Now for a few questions to ask the schools:

- What are the specifics of the curriculum? Exactly what do they teach, and how long do they spend on each part? How much is lecture, and how much practical hands-on?

- Find out more about the faculty. You say the chefs at NLS are "well known and highly respected in the community" -- what is the range of establishments they are connected with? Is it a mix of restaurants and institutions? Have they worked in other cities, so they have contacts beyond Austin? Likewise, what connections do the LCB chefs have?

- And what about the students, current and former? Are they serious about learning and about the profession? What happens when they ask questions in class? DO they even ask questions? Where are former students working? What percentage is still in the industry? What sort of work are they doing?

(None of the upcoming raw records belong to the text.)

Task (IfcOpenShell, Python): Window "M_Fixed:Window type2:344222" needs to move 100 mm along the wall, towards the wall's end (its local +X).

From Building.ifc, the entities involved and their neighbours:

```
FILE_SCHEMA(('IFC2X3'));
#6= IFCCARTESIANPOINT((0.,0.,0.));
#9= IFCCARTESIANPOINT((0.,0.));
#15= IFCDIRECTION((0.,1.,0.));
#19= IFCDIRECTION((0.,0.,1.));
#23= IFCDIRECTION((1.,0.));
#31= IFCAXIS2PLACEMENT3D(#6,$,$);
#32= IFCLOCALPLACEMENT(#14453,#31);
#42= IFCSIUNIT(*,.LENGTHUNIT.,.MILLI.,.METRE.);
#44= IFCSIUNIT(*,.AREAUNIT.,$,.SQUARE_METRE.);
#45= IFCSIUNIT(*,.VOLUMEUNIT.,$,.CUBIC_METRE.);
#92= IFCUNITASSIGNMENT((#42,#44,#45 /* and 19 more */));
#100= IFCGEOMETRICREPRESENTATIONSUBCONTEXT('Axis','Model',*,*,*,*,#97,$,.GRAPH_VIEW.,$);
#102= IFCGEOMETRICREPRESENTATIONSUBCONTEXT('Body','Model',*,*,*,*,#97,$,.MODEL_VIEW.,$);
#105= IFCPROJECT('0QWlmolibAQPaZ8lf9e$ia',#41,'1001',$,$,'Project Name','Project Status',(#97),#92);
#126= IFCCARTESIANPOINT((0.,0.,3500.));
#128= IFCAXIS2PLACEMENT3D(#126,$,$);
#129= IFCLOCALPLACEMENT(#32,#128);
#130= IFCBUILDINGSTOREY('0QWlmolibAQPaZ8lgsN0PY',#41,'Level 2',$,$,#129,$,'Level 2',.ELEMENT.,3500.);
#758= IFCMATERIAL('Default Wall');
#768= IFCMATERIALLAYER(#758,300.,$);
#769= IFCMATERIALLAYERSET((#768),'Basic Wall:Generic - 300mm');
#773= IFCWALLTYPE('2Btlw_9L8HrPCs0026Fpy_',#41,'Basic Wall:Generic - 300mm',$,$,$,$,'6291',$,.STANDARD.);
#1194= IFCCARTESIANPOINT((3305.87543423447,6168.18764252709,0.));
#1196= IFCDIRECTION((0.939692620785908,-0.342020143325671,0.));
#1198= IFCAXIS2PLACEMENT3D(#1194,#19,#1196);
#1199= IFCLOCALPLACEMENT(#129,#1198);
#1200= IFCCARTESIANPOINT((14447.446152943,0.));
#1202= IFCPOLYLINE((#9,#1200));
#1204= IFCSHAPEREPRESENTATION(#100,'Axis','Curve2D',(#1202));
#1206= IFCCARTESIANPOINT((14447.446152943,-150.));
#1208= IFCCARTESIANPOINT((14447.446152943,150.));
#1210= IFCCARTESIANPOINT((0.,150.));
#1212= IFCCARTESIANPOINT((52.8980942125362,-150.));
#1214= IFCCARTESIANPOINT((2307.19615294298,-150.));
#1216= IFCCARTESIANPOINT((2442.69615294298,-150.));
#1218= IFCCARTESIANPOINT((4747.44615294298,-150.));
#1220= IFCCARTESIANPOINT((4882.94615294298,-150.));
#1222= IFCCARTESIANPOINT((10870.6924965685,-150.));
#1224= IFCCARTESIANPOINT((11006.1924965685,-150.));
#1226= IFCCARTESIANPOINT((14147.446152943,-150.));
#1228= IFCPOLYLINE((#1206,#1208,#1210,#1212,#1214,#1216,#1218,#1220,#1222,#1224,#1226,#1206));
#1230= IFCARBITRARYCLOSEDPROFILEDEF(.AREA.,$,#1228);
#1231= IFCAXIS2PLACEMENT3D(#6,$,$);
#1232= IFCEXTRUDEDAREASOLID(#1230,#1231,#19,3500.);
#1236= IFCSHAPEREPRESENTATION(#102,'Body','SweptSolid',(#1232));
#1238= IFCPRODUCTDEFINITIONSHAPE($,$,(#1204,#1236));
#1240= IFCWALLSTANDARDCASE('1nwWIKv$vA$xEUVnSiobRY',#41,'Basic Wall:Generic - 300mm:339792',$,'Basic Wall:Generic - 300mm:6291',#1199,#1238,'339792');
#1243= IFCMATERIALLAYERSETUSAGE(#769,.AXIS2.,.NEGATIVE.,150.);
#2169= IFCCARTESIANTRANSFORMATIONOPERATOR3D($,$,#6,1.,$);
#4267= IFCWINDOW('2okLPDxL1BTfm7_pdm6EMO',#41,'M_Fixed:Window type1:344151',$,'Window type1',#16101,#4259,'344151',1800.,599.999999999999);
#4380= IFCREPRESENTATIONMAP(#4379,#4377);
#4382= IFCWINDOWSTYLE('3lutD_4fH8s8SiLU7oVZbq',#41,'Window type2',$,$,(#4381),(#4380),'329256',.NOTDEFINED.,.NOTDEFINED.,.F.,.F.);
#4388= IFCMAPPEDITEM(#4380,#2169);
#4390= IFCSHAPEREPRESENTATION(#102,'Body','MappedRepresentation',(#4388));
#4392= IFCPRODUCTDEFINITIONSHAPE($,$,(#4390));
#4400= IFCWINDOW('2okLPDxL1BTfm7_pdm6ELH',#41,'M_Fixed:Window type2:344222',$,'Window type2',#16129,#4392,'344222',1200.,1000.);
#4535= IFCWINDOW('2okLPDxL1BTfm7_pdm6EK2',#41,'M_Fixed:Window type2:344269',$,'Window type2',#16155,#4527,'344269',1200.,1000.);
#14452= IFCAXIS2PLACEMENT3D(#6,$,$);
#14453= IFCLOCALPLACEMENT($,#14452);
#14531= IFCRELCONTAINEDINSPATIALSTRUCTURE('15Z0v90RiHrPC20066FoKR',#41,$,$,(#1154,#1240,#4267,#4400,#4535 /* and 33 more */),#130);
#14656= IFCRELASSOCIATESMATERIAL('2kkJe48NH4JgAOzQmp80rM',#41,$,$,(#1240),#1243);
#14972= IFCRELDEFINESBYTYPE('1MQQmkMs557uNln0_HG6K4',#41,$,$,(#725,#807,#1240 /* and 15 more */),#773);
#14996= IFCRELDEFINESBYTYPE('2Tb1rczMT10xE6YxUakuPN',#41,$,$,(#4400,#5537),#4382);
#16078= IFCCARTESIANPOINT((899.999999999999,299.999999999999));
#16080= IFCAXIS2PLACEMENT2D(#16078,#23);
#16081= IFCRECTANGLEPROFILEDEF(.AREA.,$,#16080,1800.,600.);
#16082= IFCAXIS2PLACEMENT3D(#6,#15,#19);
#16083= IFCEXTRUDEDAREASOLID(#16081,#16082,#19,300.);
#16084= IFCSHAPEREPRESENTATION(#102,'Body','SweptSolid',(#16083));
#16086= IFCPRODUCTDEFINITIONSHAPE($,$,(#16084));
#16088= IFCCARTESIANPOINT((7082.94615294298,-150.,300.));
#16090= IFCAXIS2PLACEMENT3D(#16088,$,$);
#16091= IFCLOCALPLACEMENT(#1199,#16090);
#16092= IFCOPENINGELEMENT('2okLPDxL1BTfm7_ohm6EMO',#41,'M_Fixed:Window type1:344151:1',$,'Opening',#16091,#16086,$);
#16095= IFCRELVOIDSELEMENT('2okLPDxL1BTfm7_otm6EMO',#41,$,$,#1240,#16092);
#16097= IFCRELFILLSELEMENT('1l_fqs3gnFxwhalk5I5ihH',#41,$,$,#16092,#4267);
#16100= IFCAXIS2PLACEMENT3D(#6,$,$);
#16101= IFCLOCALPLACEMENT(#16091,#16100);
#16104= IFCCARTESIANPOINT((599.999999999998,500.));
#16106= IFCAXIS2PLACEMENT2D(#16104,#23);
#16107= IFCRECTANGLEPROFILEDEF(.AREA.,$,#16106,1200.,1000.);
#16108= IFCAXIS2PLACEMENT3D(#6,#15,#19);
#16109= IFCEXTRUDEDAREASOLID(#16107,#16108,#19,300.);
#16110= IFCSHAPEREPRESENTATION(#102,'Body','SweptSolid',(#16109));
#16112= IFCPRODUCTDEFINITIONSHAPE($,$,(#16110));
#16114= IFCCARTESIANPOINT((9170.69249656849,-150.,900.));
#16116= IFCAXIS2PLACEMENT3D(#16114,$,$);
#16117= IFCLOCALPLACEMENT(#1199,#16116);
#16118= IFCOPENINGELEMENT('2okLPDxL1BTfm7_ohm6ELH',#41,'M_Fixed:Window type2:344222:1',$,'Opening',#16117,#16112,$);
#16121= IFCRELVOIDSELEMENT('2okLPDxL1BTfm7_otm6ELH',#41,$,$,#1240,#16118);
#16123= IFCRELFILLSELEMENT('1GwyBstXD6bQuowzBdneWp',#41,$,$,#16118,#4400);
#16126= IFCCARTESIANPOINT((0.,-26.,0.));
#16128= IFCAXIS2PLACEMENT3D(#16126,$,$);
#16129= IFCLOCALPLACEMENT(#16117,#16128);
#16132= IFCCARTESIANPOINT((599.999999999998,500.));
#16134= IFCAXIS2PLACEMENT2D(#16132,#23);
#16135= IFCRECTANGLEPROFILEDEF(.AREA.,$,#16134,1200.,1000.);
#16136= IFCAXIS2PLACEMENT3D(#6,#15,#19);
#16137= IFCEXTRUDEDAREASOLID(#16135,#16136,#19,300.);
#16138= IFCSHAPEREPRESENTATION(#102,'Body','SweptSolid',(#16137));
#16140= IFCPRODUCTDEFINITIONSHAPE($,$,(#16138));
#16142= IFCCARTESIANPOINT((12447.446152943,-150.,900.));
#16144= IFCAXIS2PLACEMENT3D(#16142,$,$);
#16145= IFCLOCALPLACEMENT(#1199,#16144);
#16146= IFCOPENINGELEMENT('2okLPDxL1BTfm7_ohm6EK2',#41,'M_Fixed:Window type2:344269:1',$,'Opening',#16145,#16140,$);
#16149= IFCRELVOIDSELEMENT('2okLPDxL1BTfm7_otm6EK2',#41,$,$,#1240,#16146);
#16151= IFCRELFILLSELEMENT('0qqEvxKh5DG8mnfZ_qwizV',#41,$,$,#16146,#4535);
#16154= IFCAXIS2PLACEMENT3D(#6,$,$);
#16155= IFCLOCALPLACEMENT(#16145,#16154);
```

```python
import ifcopenshell
import ifcopenshell.api.geometry
import ifcopenshell.util.placement
import ifcopenshell.util.unit

model = ifcopenshell.open("Building.ifc")
unit_scale = ifcopenshell.util.unit.calculate_unit_scale(model)

window = model.by_id(4400)
opening = window.FillsVoids[0].RelatingOpeningElement
wall = opening.VoidsElements[0].RelatingBuildingElement

wall_matrix = ifcopenshell.util.placement.get_local_placement(wall.ObjectPlacement)
shift = wall_matrix[:3, 0] * 0.1 / unit_scale
before = ifcopenshell.util.placement.get_local_placement(window.ObjectPlacement)[:3, 3].copy()

# The window is placed relative to its opening, so it follows when the opening moves.
matrix = ifcopenshell.util.placement.get_local_placement(opening.ObjectPlacement)
matrix[:3, 3] += shift
ifcopenshell.api.geometry.edit_object_placement(
    model, product=opening, matrix=matrix, is_si=False, should_transform_children=True
)

after = ifcopenshell.util.placement.get_local_placement(window.ObjectPlacement)[:3, 3]
print("window moved by", (after - before).round(3) + 0.0)

model.write("Building_edited.ifc")
```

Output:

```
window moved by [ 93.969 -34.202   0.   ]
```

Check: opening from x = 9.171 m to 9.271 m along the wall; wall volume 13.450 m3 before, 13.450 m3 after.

This is one time in your life when you have a lot of control: think about what YOU want, and find out how each school will help you get it. Keep asking your questions. Read through the threads here.  And keep in touch!


----------



## jgirlj (Sep 27, 2003)

Le Cordon Bleu is a great program. I am about one month away from completing the program, and on my way to Maui!!! I'm at Pennsylvania Culinary, so i'm not sure what the comparison is of the student/teacher ratio, but here it's one chef per 18 students. I have learned so much, have formed good relationships with instructors, and am more inspired now than i was then. Good luck with your decision. I suggest maybe stepping in on a kitchens class at each school to see what kind of vibe you get. Usually admissions will let you do whatever you want when they want your dinero.


----------



## jayme (Sep 5, 2006)

Aaron-
I would suggest you ask both schools if you could take a tour and meet one or two of the chefs. I am in a very small program at a private culinary school and I really like the personalized attention. It is not as formal or structured as I would imagine a college-based school would be, but it really depends on your personal preference in learning environment. As long as the school is accredited, I think it is your comfort zone. Go where you feel you can learn best! Bon Appetite!


----------